EXERCISE DIRECTIONS: In the data below, find every line with the word "IFCPOLYGONALFACESET" and copy it out.

RECORDS TO USE:

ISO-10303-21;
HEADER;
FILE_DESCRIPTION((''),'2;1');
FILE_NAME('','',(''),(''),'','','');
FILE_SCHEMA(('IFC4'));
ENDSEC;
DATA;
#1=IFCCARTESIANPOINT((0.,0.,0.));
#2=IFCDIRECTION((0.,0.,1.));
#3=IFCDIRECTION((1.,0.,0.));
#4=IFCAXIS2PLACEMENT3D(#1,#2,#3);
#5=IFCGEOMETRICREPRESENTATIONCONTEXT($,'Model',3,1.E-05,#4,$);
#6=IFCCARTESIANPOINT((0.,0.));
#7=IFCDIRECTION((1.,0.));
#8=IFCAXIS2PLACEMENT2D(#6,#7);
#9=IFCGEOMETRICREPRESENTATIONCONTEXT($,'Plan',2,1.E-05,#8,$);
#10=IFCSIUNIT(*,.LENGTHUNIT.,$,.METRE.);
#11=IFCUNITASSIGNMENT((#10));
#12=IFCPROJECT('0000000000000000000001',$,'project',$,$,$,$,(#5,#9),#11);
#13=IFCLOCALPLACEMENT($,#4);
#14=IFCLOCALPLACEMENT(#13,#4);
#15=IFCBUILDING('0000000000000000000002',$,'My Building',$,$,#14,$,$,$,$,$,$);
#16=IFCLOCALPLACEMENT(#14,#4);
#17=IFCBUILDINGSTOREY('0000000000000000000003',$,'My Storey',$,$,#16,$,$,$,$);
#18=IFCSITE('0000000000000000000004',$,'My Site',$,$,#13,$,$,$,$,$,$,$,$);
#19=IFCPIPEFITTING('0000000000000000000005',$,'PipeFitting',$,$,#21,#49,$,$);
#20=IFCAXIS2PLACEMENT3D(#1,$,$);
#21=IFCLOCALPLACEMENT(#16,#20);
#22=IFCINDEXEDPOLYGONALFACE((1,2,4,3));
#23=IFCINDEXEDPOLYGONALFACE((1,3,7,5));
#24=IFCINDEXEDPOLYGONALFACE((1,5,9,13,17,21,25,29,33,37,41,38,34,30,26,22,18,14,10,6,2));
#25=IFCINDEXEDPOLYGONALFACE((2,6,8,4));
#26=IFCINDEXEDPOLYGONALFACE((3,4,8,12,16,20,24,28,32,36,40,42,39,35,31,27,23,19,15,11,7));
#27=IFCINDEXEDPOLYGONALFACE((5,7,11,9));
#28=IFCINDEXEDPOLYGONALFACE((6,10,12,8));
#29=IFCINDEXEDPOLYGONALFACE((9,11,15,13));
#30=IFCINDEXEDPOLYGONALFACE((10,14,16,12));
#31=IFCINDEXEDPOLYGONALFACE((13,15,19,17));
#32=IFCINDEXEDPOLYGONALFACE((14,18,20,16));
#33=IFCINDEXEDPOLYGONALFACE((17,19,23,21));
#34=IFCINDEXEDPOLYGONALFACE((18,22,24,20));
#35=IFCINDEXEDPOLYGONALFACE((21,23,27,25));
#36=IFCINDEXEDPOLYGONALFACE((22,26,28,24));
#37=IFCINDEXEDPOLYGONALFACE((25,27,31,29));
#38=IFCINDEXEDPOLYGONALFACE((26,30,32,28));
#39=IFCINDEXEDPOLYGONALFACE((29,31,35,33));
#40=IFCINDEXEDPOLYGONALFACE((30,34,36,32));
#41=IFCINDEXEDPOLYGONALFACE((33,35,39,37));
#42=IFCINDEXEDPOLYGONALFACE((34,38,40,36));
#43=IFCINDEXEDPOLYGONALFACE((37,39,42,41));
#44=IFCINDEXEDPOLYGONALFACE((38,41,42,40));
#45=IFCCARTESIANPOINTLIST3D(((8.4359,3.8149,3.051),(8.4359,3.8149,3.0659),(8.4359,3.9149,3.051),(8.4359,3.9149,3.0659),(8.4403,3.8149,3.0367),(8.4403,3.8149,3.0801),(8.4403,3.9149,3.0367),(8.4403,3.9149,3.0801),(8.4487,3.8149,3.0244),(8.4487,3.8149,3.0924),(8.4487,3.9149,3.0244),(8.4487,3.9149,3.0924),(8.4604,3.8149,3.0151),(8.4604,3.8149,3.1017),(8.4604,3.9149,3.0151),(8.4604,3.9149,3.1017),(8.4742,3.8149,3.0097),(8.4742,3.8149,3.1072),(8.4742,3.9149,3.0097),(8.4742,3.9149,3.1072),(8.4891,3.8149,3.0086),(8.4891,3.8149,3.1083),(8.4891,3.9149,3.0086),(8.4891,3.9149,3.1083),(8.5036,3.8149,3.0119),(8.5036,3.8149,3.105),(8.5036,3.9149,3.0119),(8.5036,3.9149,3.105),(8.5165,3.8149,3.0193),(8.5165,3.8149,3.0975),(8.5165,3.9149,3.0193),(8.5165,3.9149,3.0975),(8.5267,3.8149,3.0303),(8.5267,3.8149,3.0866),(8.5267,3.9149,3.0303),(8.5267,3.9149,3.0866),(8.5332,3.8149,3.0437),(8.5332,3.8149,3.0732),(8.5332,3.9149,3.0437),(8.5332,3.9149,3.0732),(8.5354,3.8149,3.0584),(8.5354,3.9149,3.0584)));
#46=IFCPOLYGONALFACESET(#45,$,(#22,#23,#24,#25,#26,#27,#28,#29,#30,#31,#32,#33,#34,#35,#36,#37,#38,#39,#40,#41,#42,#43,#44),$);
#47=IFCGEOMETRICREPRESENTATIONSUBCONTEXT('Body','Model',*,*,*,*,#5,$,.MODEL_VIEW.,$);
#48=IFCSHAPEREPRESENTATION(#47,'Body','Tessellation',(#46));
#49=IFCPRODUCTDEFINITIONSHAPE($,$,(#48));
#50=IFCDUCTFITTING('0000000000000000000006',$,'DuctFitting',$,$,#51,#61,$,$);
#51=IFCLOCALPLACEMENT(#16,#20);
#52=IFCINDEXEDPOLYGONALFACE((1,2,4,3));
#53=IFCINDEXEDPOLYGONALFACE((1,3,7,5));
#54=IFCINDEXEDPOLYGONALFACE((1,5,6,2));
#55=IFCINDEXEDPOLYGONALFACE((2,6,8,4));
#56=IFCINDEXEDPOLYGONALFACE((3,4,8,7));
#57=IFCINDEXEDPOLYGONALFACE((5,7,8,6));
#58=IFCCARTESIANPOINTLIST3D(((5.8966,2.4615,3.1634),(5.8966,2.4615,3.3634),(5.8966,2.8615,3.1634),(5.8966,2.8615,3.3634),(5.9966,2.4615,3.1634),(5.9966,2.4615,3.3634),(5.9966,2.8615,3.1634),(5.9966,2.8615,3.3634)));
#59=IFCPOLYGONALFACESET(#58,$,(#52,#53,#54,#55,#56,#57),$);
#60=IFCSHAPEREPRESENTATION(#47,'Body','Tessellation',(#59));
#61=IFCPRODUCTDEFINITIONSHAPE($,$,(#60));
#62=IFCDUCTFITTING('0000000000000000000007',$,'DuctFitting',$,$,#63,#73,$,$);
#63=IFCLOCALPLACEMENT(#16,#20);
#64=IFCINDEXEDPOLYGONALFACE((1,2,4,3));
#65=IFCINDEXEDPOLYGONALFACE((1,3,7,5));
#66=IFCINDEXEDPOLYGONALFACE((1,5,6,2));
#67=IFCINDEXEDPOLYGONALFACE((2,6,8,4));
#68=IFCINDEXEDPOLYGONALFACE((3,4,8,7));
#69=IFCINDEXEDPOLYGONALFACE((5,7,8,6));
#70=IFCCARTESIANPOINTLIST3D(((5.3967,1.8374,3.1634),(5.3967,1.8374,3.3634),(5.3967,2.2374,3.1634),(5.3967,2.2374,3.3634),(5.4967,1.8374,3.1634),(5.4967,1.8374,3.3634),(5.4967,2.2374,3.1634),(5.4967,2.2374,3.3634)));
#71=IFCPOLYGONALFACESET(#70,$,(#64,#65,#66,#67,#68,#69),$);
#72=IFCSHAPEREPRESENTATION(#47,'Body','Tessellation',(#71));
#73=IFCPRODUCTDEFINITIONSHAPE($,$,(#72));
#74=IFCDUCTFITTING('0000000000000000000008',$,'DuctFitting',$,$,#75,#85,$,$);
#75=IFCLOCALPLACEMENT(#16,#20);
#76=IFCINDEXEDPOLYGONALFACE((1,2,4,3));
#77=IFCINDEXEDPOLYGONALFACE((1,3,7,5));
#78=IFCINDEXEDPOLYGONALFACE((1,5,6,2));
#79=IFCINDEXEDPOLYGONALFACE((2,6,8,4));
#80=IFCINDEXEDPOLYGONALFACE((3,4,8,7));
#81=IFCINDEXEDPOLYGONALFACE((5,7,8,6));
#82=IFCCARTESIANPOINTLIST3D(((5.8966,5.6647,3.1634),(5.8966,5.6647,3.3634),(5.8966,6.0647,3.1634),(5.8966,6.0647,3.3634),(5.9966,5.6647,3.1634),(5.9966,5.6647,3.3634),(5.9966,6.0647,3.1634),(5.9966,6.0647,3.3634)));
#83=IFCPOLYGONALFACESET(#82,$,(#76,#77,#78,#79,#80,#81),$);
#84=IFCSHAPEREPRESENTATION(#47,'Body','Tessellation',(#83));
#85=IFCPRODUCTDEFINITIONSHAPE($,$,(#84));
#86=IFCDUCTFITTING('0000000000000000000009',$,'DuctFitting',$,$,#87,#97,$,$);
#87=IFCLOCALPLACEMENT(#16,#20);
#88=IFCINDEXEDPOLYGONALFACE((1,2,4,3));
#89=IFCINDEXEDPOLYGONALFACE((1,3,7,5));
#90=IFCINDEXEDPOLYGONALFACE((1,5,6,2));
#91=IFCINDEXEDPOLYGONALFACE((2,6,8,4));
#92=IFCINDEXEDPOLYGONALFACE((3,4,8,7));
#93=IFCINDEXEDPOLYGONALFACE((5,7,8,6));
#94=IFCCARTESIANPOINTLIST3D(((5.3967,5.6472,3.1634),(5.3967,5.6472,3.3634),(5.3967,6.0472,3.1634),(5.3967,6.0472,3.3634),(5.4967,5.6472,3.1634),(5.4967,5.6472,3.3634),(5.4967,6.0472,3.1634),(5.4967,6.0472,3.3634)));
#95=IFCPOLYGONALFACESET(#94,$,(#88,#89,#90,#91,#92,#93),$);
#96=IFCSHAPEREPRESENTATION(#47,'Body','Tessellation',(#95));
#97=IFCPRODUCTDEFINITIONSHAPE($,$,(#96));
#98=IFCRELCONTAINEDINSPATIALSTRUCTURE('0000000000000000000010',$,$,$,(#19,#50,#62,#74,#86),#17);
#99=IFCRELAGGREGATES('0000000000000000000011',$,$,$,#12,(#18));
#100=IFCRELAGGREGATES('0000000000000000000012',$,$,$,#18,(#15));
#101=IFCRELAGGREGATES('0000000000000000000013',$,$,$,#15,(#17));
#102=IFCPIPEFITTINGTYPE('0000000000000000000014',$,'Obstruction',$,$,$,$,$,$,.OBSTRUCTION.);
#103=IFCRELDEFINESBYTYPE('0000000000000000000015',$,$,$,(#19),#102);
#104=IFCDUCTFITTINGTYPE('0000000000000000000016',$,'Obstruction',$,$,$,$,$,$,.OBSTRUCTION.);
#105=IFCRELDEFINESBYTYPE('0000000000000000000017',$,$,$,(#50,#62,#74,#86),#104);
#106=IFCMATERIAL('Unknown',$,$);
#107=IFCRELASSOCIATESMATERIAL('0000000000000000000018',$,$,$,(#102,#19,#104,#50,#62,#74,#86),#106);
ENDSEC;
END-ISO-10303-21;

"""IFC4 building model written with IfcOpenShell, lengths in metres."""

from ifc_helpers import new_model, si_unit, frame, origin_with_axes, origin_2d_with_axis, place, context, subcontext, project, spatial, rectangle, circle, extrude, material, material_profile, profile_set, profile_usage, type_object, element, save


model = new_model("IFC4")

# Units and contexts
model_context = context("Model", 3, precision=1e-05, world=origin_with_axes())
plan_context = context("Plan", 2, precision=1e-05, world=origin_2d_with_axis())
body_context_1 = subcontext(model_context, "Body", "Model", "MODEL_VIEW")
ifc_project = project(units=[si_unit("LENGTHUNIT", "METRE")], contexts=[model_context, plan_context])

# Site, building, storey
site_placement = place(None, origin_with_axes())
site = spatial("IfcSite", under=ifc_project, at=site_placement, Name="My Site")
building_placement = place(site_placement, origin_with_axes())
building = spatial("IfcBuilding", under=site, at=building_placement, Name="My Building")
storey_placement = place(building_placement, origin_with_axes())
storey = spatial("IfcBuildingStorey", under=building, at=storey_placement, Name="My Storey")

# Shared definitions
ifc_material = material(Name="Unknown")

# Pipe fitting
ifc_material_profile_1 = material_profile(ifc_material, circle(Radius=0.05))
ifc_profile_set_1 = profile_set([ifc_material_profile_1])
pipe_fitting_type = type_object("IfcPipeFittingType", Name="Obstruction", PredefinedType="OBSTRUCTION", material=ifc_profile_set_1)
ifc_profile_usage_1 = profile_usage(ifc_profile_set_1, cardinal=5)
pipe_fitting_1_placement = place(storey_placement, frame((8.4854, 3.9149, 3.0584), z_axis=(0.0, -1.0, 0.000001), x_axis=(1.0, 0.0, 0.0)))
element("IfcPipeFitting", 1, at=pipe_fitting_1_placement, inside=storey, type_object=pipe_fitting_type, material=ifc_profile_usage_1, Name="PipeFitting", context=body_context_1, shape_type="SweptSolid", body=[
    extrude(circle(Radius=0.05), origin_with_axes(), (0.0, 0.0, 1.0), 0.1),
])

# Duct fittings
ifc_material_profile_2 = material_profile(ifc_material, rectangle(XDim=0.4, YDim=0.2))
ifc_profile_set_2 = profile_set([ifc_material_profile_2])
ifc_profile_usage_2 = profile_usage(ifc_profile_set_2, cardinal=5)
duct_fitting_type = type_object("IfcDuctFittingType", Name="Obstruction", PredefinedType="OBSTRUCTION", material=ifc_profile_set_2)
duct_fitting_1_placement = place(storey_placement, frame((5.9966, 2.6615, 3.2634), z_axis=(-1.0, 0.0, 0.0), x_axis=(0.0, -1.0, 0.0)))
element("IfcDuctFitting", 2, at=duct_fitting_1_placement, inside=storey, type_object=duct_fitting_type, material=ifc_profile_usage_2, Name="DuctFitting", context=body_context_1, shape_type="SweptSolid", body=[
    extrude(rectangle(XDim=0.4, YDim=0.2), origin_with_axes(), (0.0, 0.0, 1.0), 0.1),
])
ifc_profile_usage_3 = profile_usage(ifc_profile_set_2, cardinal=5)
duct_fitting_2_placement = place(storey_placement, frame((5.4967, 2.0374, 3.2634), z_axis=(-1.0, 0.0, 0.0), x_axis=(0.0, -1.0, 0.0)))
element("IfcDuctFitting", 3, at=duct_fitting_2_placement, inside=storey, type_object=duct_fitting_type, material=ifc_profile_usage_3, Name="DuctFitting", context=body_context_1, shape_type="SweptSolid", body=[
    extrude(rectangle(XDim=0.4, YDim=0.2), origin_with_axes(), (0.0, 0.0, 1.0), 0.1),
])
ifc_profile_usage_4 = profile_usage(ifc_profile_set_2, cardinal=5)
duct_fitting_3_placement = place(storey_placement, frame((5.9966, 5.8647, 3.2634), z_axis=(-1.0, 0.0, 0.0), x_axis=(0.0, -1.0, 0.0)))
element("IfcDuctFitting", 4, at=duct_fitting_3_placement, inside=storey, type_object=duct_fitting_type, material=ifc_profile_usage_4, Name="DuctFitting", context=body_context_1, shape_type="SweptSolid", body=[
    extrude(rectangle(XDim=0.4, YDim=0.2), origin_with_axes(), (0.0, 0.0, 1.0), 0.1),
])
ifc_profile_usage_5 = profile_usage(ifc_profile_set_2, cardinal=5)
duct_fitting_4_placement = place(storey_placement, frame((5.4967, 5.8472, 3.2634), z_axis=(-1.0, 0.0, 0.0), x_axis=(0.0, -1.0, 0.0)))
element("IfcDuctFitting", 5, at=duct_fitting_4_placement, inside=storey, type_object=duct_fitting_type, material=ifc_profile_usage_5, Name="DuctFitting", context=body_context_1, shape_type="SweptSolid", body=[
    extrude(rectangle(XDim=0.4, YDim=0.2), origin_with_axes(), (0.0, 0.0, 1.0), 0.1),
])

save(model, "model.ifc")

SOLUTION TO THE EXERCISE:
#46=IFCPOLYGONALFACESET(#45,$,(#22,#23,#24,#25,#26,#27,#28,#29,#30,#31,#32,#33,#34,#35,#36,#37,#38,#39,#40,#41,#42,#43,#44),$);
#59=IFCPOLYGONALFACESET(#58,$,(#52,#53,#54,#55,#56,#57),$);
#71=IFCPOLYGONALFACESET(#70,$,(#64,#65,#66,#67,#68,#69),$);
#83=IFCPOLYGONALFACESET(#82,$,(#76,#77,#78,#79,#80,#81),$);
#95=IFCPOLYGONALFACESET(#94,$,(#88,#89,#90,#91,#92,#93),$);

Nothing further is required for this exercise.